PROBLEM STATEMENT: Could you copy each line of the listing below that has the word "Body"?

[Opening INPUT FOR THIS TASK section]

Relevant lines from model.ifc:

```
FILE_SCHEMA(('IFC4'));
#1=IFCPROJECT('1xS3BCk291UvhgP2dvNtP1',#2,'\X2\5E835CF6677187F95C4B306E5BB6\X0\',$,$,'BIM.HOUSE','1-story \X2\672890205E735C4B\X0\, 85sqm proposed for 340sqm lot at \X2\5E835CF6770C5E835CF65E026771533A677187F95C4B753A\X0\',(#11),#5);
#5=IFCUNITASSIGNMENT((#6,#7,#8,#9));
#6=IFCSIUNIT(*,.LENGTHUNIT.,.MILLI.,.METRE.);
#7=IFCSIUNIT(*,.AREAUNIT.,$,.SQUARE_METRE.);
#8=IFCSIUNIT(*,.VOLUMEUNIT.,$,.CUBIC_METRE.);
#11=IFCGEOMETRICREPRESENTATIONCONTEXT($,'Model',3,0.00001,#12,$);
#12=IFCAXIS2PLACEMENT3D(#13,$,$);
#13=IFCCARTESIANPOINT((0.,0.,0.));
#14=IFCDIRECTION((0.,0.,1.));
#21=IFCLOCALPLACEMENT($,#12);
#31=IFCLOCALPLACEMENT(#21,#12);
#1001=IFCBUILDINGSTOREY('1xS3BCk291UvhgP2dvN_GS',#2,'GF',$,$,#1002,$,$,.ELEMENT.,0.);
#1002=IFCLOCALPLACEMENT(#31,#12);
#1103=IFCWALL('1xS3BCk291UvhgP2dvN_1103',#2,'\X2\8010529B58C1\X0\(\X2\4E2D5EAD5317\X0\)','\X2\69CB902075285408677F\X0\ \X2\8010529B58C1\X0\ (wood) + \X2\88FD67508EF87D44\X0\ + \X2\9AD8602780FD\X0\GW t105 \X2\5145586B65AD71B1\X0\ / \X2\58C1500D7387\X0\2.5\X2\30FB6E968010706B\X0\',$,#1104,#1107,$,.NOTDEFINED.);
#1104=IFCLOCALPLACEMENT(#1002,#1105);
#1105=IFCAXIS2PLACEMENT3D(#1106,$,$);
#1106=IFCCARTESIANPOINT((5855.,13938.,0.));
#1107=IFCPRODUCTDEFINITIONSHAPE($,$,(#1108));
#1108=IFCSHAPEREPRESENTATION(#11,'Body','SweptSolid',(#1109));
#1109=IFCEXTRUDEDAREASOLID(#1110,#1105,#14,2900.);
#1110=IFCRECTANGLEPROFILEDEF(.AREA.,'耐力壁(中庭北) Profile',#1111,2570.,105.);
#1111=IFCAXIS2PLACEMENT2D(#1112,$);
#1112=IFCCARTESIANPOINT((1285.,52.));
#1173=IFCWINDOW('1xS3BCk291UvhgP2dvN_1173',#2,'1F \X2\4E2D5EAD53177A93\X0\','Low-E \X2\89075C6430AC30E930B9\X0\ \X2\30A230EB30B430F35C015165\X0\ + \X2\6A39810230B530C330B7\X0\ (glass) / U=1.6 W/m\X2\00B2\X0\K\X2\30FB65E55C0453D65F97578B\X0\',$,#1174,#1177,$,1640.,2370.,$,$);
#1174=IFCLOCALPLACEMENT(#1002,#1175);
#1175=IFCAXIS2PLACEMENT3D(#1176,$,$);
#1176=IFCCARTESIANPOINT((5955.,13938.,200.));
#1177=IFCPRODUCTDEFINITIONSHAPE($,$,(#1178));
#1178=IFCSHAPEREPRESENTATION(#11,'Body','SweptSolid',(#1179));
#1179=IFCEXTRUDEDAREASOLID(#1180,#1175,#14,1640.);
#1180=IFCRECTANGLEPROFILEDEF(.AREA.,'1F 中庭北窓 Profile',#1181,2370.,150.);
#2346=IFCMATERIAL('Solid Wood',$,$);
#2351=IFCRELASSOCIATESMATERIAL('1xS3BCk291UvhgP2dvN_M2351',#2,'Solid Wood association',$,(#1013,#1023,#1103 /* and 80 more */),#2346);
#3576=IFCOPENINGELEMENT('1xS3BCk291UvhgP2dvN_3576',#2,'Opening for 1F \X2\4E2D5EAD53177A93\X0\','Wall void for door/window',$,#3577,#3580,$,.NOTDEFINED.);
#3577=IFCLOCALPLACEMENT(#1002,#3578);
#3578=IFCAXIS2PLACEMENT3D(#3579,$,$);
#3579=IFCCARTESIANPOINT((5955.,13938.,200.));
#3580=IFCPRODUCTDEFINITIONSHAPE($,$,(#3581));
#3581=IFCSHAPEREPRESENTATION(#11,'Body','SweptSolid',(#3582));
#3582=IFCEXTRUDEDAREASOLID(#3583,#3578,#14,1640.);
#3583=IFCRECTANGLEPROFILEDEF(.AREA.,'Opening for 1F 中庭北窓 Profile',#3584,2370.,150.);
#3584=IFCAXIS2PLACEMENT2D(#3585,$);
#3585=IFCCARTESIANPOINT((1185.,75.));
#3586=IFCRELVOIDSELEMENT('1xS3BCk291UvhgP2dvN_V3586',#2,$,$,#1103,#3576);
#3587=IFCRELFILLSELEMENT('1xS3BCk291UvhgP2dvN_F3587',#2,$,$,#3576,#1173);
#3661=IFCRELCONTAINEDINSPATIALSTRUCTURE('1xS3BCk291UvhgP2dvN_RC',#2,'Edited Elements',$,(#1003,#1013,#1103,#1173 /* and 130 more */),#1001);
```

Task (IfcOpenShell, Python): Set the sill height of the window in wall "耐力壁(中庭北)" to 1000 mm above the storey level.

```python
import numpy as np
import ifcopenshell
import ifcopenshell.api.geometry
import ifcopenshell.geom
import ifcopenshell.util.element
import ifcopenshell.util.placement
import ifcopenshell.util.shape
import ifcopenshell.util.unit

model = ifcopenshell.open("model.ifc")
unit_scale = ifcopenshell.util.unit.calculate_unit_scale(model)

window = model.by_id(1173)
opening = window.FillsVoids[0].RelatingOpeningElement
storey = ifcopenshell.util.element.get_container(window, ifc_class="IfcBuildingStorey")
level = ifcopenshell.util.placement.get_local_placement(storey.ObjectPlacement)[2, 3]

# The opening's origin need not be at the sill, so measure its lowest point.
shape = ifcopenshell.geom.create_shape(ifcopenshell.geom.settings(), opening)
bottom = ifcopenshell.util.shape.get_shape_bottom_elevation(shape, shape.geometry) / unit_scale
dz = level + 1 / unit_scale - bottom

shift = np.array([0.0, 0.0, dz])
# The window is not placed relative to its opening, so move both.
for product in (opening, window):
    matrix = ifcopenshell.util.placement.get_local_placement(product.ObjectPlacement)
    matrix[:3, 3] += shift
    ifcopenshell.api.geometry.edit_object_placement(model, product=product, matrix=matrix, is_si=False)

print(f"moved by {dz * unit_scale:+.3f} m")

model.write("model-out.ifc")
```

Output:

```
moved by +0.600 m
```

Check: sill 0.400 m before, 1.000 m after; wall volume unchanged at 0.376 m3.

[Closing INPUT FOR THIS TASK section]

RESPONSE TO THIS EXERCISE:
#1108=IFCSHAPEREPRESENTATION(#11,'Body','SweptSolid',(#1109));
#1178=IFCSHAPEREPRESENTATION(#11,'Body','SweptSolid',(#1179));
#3581=IFCSHAPEREPRESENTATION(#11,'Body','SweptSolid',(#3582));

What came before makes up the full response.